[Work required]: Wherever "IFCSHAPEREPRESENTATION" appears in the records below, copy the line that holds it.

[Supplied data]:
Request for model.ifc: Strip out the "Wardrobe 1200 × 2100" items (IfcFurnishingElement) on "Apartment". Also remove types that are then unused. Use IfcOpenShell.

First a look at what the model holds.

```python
import ifcopenshell
import ifcopenshell.util.element

model = ifcopenshell.open("model.ifc")
print(model.schema)
storey = next(s for s in model.by_type("IfcBuildingStorey") if s.Name == "Apartment")
furniture = [e for e in ifcopenshell.util.element.get_decomposition(storey) if e.is_a("IfcFurnishingElement")]
seen = {}
for e in furniture:
    element_type = ifcopenshell.util.element.get_type(e)
    name = element_type.Name if element_type not in (None, e) else None
    seen[name] = seen.get(name, 0) + 1
for name, count in sorted(seen.items(), key=str):
    print(count, "x", name)
```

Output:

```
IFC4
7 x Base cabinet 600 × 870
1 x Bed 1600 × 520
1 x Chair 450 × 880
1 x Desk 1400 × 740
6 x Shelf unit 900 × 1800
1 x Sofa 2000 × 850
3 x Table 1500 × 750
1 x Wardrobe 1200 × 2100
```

```python
import ifcopenshell
import ifcopenshell.api.root
import ifcopenshell.util.element

model = ifcopenshell.open("model.ifc")

storey = next(s for s in model.by_type("IfcBuildingStorey") if s.Name == "Apartment")
furniture = [e for e in ifcopenshell.util.element.get_decomposition(storey) if e.is_a("IfcFurnishingElement")]
targets = [e for e in furniture if (t := ifcopenshell.util.element.get_type(e)) not in (None, e) and t.Name == "Wardrobe 1200 × 2100"]
types = {ifcopenshell.util.element.get_type(e) for e in targets} - {None, *targets}

for e in targets:
    ifcopenshell.api.root.remove_product(model, product=e)
print(len(targets), "removed")

unused = [t for t in types if not ifcopenshell.util.element.get_types(t)]
for t in unused:
    ifcopenshell.api.root.remove_product(model, product=t)
print(len(unused), "unused types removed")

model.write("model_edited.ifc")
```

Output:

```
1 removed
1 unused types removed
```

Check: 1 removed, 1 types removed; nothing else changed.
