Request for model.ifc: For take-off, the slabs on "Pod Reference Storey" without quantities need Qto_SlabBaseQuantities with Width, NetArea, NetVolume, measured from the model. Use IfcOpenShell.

First a look at what the model holds.

```python
import ifcopenshell
import ifcopenshell.util.element
import ifcopenshell.util.unit

model = ifcopenshell.open("model.ifc")
print(model.schema)
for unit_type in ("LENGTHUNIT", "AREAUNIT", "VOLUMEUNIT"):
    print(unit_type, ifcopenshell.util.unit.calculate_unit_scale(model, unit_type))
storey = next(s for s in model.by_type("IfcBuildingStorey") if s.Name == "Pod Reference Storey")
slabs = [e for e in ifcopenshell.util.element.get_decomposition(storey) if e.is_a("IfcSlab")]
for e in sorted(slabs, key=lambda e: e.id()):
    print(e.id(), e.is_a(), e.Name, list(ifcopenshell.util.element.get_psets(e, qtos_only=True)), sep=" | ")
```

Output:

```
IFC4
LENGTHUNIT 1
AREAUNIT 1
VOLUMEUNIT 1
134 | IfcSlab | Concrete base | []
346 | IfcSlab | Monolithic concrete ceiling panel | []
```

```python
import ifcopenshell
import ifcopenshell.api.pset
import ifcopenshell.geom
import ifcopenshell.util.element
import ifcopenshell.util.shape
import ifcopenshell.util.unit

model = ifcopenshell.open("model.ifc")
unit_scale = ifcopenshell.util.unit.calculate_unit_scale(model)
area_scale = ifcopenshell.util.unit.calculate_unit_scale(model, "AREAUNIT")
volume_scale = ifcopenshell.util.unit.calculate_unit_scale(model, "VOLUMEUNIT")
settings = ifcopenshell.geom.settings()

storey = next(s for s in model.by_type("IfcBuildingStorey") if s.Name == "Pod Reference Storey")
slabs = [e for e in ifcopenshell.util.element.get_decomposition(storey) if e.is_a("IfcSlab")]

for e in sorted(slabs, key=lambda e: e.id()):
    if ifcopenshell.util.element.get_psets(e, qtos_only=True, should_inherit=False):
        continue
    # Geometry comes back in metres, in the element's own axes.
    shape = ifcopenshell.geom.create_shape(settings, e)
    values = {
        "Width": ifcopenshell.util.shape.get_z(shape.geometry) / unit_scale,
        "NetArea": ifcopenshell.util.shape.get_footprint_area(shape.geometry) / area_scale,
        "NetVolume": ifcopenshell.util.shape.get_volume(shape.geometry) / volume_scale,
    }
    qto = ifcopenshell.api.pset.add_qto(model, product=e, name="Qto_SlabBaseQuantities")
    ifcopenshell.api.pset.edit_qto(model, qto=qto, properties=values)
    print(e.id(), {k: round(v, 3) for k, v in values.items()})

model.write("model_edited.ifc")
```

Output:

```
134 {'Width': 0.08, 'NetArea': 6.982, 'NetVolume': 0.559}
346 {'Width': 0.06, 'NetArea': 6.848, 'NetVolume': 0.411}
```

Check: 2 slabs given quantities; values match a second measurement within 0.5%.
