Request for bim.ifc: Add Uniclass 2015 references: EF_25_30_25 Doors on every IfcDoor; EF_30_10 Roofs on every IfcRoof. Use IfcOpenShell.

First a look at what the model holds.

```python
import ifcopenshell

model = ifcopenshell.open("bim.ifc")
print(model.schema)
print("classifications:", [c.Name for c in model.by_type("IfcClassification")])
for ifc_class in ("IfcDoor", "IfcRoof", "IfcStair", "IfcWall", "IfcWindow"):
    print(ifc_class, len(model.by_type(ifc_class)))
```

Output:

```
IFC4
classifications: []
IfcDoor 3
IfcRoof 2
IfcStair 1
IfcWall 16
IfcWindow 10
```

```python
import ifcopenshell
import ifcopenshell.api.classification

model = ifcopenshell.open("bim.ifc")

system = ifcopenshell.api.classification.add_classification(model, classification="Uniclass 2015")

codes = {
    "IfcDoor": ("EF_25_30_25", "Doors"),
    "IfcRoof": ("EF_30_10", "Roofs"),
}
for ifc_class, (code, name) in codes.items():
    products = model.by_type(ifc_class)
    ifcopenshell.api.classification.add_reference(
        model, products=products, classification=system, identification=code, name=name
    )
    print(code, len(products))

model.write("bim_edited.ifc")
```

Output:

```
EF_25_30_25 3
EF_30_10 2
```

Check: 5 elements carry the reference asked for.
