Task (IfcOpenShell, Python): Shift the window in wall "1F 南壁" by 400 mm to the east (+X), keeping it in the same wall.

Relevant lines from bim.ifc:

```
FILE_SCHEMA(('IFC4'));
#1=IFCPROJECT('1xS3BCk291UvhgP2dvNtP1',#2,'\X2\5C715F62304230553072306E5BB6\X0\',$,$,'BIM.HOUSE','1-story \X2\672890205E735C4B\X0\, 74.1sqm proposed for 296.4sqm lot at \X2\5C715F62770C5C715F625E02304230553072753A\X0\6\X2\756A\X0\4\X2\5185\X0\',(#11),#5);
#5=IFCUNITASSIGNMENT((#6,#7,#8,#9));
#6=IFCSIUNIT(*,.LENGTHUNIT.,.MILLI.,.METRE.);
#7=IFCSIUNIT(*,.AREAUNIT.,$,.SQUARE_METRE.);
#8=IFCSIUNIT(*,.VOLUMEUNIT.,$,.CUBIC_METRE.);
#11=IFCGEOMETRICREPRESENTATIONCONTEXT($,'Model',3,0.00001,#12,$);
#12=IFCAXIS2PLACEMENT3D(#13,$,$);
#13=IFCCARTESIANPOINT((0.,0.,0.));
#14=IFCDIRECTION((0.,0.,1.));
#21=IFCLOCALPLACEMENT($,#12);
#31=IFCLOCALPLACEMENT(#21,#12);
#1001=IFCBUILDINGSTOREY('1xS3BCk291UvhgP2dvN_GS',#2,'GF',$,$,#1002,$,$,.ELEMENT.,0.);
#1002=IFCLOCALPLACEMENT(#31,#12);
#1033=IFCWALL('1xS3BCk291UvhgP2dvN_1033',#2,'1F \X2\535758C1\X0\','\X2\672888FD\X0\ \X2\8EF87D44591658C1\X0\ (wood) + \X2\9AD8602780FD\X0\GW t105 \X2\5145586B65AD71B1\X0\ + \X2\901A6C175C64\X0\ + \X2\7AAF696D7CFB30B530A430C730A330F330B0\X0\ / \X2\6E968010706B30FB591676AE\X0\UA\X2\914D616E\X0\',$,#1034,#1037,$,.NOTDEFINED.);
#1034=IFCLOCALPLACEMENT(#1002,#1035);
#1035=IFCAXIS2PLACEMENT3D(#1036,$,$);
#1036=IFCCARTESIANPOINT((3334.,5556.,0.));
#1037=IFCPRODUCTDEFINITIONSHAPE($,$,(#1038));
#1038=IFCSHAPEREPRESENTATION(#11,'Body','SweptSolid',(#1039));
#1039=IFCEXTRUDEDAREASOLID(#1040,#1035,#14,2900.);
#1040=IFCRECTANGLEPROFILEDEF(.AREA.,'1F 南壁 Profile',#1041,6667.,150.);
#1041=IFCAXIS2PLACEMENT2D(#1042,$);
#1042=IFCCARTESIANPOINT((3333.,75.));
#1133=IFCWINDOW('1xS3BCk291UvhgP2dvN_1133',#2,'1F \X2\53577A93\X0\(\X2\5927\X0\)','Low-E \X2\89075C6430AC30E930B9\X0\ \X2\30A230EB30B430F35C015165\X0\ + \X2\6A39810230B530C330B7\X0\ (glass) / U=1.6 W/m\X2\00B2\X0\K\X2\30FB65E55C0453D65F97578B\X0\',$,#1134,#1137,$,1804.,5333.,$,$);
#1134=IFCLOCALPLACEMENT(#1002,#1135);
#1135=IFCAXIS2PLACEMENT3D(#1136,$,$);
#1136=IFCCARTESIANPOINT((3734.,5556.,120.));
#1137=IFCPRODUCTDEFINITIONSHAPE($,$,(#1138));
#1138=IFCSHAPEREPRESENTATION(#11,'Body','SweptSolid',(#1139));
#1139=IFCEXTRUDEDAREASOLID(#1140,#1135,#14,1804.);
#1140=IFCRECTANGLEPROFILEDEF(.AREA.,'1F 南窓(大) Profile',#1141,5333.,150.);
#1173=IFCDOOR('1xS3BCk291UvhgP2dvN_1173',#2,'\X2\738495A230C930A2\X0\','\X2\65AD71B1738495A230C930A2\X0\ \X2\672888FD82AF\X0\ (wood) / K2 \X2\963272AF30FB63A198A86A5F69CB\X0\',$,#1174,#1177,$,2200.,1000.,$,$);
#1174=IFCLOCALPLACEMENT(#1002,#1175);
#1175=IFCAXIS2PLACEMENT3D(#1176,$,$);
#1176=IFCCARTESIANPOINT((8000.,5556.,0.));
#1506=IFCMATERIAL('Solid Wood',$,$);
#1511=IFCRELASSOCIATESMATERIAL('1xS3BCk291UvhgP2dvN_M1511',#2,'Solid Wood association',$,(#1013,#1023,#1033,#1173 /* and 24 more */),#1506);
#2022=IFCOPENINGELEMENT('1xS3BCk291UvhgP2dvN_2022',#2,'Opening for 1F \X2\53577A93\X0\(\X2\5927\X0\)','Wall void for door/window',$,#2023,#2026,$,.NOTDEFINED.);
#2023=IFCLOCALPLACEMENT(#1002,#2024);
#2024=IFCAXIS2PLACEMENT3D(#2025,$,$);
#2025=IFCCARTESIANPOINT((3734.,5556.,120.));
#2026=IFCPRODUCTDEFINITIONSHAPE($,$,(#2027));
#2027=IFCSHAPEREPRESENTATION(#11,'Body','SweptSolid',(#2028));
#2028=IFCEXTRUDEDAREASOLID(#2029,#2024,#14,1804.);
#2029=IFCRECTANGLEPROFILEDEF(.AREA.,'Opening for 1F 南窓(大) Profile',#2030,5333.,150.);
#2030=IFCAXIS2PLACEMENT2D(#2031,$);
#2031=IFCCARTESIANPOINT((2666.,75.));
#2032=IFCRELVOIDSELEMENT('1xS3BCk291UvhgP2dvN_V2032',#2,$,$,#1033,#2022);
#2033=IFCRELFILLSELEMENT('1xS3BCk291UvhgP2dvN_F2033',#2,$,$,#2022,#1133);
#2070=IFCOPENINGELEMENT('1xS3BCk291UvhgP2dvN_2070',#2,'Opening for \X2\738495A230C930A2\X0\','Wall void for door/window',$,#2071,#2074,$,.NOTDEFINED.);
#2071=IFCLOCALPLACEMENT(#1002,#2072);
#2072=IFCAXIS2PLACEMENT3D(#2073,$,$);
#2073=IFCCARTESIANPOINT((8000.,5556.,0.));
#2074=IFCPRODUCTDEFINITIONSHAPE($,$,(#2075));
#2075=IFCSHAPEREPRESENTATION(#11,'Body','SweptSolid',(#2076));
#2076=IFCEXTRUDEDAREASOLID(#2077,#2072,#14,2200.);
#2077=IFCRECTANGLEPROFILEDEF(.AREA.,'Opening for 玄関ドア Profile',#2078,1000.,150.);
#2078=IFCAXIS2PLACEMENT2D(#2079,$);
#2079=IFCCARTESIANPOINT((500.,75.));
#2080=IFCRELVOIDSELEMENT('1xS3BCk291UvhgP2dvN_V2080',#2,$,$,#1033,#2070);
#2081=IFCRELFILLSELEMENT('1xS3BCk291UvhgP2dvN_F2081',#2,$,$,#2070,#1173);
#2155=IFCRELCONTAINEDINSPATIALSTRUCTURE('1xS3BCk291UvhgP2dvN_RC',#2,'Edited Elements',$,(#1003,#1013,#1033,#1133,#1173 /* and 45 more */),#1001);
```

```python
import ifcopenshell
import ifcopenshell.api.geometry
import ifcopenshell.util.placement

model = ifcopenshell.open("bim.ifc")

window = model.by_id(1133)
opening = window.FillsVoids[0].RelatingOpeningElement
wall = opening.VoidsElements[0].RelatingBuildingElement

wall_matrix = ifcopenshell.util.placement.get_local_placement(wall.ObjectPlacement)
shift = wall_matrix[:3, 0] * 400.0
before = ifcopenshell.util.placement.get_local_placement(window.ObjectPlacement)[:3, 3].copy()

# The window is not placed relative to its opening, so move both.
for product in (opening, window):
    matrix = ifcopenshell.util.placement.get_local_placement(product.ObjectPlacement)
    matrix[:3, 3] += shift
    ifcopenshell.api.geometry.edit_object_placement(model, product=product, matrix=matrix, is_si=False)

after = ifcopenshell.util.placement.get_local_placement(window.ObjectPlacement)[:3, 3]
print("window moved by", (after - before).round(3) + 0.0)

model.write("bim_edited.ifc")
```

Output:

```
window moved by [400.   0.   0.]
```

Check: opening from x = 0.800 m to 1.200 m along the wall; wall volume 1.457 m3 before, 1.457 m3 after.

[Problem solution]:
#1038=IFCSHAPEREPRESENTATION(#11,'Body','SweptSolid',(#1039));
#1138=IFCSHAPEREPRESENTATION(#11,'Body','SweptSolid',(#1139));
#2027=IFCSHAPEREPRESENTATION(#11,'Body','SweptSolid',(#2028));
#2075=IFCSHAPEREPRESENTATION(#11,'Body','SweptSolid',(#2076));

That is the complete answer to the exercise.